Match on the string "Check" in the entries below and return every matching line.

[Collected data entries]
►

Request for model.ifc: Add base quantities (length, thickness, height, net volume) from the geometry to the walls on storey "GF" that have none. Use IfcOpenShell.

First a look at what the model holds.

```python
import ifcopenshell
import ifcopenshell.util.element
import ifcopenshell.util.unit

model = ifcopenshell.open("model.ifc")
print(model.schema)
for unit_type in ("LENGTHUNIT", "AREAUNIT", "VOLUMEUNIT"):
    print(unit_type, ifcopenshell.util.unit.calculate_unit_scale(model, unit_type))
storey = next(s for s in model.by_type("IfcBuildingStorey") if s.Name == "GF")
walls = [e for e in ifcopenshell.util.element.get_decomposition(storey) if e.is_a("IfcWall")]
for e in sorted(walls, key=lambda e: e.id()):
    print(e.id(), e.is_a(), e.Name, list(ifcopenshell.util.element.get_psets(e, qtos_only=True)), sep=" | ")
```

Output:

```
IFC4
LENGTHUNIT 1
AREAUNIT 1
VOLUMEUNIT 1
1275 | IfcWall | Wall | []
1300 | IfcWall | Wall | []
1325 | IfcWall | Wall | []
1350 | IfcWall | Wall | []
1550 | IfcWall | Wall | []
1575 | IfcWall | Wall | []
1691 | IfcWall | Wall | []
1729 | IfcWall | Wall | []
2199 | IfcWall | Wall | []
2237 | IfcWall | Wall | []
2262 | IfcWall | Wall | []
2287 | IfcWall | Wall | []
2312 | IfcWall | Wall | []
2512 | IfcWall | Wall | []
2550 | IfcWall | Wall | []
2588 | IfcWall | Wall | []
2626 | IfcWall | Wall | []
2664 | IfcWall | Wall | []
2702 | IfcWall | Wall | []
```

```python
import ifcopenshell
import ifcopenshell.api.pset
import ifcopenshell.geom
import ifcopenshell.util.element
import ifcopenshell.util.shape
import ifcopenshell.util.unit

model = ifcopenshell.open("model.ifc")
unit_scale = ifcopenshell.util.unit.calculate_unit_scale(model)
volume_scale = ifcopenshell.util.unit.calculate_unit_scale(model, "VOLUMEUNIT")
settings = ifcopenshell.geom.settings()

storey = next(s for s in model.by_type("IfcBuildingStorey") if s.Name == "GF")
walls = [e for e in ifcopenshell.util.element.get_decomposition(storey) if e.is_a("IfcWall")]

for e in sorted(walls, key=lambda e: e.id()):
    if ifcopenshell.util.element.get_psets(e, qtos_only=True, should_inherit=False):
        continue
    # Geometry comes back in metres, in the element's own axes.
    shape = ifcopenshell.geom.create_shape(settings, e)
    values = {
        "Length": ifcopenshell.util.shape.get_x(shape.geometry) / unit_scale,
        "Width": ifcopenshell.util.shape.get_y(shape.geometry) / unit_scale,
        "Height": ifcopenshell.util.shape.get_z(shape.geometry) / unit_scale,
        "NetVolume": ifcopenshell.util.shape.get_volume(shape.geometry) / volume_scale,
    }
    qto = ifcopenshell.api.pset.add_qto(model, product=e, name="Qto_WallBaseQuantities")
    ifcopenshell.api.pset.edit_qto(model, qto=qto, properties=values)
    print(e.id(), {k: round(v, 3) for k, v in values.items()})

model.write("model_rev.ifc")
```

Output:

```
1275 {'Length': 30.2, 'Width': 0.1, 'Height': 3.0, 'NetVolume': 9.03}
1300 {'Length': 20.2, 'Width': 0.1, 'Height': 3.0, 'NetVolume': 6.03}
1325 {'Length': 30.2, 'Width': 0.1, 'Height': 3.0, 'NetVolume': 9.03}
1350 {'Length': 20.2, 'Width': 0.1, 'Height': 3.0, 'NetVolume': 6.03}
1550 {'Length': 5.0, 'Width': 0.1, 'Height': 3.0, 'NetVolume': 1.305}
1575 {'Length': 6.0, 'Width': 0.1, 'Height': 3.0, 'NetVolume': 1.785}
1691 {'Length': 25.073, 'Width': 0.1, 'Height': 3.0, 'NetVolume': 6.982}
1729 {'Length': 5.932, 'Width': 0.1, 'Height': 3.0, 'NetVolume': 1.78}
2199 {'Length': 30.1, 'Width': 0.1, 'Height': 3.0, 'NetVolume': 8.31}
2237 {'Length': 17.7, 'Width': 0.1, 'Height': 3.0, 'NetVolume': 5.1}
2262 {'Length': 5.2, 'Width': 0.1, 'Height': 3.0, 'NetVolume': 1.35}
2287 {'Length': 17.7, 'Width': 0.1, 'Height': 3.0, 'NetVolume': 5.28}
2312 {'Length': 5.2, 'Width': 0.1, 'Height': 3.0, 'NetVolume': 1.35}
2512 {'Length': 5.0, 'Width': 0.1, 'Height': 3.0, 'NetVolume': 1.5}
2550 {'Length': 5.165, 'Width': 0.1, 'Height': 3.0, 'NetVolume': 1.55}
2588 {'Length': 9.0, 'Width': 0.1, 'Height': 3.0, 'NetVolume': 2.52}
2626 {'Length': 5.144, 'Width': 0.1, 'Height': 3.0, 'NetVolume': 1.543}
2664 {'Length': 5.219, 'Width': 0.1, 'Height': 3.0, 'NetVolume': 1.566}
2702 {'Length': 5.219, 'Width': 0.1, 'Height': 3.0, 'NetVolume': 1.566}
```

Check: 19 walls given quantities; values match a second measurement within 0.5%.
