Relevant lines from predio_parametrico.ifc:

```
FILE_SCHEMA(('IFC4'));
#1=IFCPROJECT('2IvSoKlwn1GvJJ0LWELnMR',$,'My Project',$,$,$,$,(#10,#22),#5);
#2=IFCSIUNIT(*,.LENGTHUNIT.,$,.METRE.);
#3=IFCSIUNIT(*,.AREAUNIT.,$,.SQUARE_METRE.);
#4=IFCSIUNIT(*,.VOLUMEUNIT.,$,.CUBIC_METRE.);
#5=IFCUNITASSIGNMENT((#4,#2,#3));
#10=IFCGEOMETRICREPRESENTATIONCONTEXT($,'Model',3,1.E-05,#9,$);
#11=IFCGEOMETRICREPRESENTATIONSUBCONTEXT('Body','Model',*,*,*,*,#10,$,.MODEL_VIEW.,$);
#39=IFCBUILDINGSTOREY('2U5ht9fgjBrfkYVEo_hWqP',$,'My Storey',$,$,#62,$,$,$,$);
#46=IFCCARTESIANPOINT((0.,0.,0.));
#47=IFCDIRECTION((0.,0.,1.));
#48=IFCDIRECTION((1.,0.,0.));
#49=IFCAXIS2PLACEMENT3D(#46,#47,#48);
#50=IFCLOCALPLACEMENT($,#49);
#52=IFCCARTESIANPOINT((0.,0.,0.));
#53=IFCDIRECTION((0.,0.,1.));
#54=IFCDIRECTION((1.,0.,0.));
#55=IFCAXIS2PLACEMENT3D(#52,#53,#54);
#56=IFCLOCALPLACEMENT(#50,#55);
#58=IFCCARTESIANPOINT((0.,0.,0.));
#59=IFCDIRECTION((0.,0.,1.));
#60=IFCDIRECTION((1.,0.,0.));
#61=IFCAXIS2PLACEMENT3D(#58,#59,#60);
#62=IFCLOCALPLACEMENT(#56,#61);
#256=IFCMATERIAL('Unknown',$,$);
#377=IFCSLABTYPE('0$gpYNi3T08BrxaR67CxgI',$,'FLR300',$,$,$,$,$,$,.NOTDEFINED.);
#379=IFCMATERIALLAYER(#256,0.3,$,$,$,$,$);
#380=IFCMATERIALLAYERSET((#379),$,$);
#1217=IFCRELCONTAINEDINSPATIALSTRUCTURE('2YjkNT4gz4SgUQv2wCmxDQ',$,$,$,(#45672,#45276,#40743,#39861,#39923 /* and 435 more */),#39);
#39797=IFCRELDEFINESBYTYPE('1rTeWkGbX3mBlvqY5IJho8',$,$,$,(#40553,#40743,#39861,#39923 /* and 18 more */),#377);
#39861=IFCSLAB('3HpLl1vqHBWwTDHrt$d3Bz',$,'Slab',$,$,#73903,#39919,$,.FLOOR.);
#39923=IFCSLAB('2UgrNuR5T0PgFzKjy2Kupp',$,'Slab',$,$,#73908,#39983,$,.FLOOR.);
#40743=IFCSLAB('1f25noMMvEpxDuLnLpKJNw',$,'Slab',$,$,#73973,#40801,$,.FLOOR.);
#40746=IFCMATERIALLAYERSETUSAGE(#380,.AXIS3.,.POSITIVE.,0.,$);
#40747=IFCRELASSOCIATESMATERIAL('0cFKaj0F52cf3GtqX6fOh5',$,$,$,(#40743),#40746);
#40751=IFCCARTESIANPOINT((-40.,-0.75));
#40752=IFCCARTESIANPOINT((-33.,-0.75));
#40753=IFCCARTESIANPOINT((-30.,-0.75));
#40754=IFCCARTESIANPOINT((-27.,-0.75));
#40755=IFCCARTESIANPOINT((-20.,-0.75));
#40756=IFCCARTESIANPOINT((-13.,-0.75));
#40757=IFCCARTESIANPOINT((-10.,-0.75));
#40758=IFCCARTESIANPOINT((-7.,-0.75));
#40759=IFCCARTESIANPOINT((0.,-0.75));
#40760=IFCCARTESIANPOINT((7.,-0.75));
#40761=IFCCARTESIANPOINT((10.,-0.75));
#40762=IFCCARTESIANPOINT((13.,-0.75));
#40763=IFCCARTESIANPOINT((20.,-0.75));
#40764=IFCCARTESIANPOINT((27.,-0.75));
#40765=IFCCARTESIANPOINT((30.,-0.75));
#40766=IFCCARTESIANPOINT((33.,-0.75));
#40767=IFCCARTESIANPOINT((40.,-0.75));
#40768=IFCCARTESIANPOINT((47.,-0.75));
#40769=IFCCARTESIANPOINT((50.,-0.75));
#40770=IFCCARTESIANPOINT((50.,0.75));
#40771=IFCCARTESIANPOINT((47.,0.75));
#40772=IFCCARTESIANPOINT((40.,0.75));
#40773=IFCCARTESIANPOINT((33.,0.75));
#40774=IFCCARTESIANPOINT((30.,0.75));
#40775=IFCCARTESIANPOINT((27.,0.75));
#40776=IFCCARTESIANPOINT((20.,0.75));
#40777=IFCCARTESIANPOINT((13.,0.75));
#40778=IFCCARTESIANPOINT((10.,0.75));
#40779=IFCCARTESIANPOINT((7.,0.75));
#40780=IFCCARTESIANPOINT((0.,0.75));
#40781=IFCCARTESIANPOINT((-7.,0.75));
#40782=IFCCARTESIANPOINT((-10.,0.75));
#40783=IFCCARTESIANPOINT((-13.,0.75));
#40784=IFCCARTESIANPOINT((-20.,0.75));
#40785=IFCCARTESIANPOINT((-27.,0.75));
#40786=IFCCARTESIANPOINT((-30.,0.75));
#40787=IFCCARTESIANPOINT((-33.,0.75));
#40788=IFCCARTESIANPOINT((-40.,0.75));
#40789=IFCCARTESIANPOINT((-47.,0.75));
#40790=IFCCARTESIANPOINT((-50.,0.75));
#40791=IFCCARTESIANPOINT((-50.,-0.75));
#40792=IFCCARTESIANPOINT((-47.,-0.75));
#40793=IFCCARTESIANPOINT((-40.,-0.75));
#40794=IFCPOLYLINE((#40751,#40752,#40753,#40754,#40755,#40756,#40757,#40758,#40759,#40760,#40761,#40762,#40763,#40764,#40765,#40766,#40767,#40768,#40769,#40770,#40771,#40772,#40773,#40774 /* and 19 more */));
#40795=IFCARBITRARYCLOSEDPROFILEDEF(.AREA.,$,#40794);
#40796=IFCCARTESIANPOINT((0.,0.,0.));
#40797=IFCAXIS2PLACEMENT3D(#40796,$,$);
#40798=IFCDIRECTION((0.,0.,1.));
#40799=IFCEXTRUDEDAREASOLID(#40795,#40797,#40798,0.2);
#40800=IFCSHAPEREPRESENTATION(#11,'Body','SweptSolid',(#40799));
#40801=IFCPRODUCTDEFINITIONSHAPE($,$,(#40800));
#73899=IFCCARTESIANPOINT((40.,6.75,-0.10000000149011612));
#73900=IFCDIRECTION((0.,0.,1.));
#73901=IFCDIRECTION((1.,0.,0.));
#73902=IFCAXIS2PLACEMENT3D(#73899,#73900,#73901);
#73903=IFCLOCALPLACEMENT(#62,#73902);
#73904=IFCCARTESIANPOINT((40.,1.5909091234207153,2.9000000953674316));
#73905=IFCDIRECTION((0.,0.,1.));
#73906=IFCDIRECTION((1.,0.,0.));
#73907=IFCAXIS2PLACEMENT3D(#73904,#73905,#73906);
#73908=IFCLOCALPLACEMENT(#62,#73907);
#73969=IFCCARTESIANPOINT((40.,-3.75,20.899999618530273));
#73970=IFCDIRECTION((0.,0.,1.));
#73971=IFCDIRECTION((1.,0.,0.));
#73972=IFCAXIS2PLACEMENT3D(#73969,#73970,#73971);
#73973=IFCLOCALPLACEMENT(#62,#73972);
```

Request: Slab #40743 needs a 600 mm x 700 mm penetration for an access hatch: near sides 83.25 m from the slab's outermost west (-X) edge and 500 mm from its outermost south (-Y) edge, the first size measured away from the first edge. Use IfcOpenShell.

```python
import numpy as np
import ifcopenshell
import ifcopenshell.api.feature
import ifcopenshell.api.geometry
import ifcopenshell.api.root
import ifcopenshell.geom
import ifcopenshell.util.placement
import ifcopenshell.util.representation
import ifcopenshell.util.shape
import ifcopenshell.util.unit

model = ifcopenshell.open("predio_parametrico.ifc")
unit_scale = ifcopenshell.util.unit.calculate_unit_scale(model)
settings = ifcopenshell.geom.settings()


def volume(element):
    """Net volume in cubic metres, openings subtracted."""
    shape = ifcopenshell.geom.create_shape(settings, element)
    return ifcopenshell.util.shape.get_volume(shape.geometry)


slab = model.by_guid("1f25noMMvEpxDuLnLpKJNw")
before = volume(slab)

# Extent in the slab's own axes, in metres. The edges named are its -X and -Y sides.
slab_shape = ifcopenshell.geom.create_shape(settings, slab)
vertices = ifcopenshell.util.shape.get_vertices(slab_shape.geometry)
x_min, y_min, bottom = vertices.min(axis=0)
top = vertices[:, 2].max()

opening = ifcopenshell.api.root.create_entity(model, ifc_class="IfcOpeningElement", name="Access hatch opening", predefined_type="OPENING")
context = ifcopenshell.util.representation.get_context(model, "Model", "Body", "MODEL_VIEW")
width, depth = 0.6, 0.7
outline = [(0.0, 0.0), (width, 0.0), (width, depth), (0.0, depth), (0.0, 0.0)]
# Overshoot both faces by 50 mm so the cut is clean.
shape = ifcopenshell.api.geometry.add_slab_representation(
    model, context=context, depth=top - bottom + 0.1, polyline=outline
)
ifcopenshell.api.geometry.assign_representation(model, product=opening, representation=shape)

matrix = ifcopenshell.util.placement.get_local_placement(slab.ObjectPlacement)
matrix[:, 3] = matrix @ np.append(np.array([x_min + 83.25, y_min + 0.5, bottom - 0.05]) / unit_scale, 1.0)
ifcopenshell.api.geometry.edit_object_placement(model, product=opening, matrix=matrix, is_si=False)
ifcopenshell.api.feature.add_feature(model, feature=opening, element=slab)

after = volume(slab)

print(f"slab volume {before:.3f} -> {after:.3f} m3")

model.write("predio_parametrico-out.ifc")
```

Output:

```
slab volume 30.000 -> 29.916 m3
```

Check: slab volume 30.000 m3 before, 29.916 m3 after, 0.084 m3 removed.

◄

SOLUTION FOR THIS EXERCISE ->
Check: 19 walls given quantities; values match a second measurement within 0.5%.
Check: slab volume 30.000 m3 before, 29.916 m3 after, 0.084 m3 removed.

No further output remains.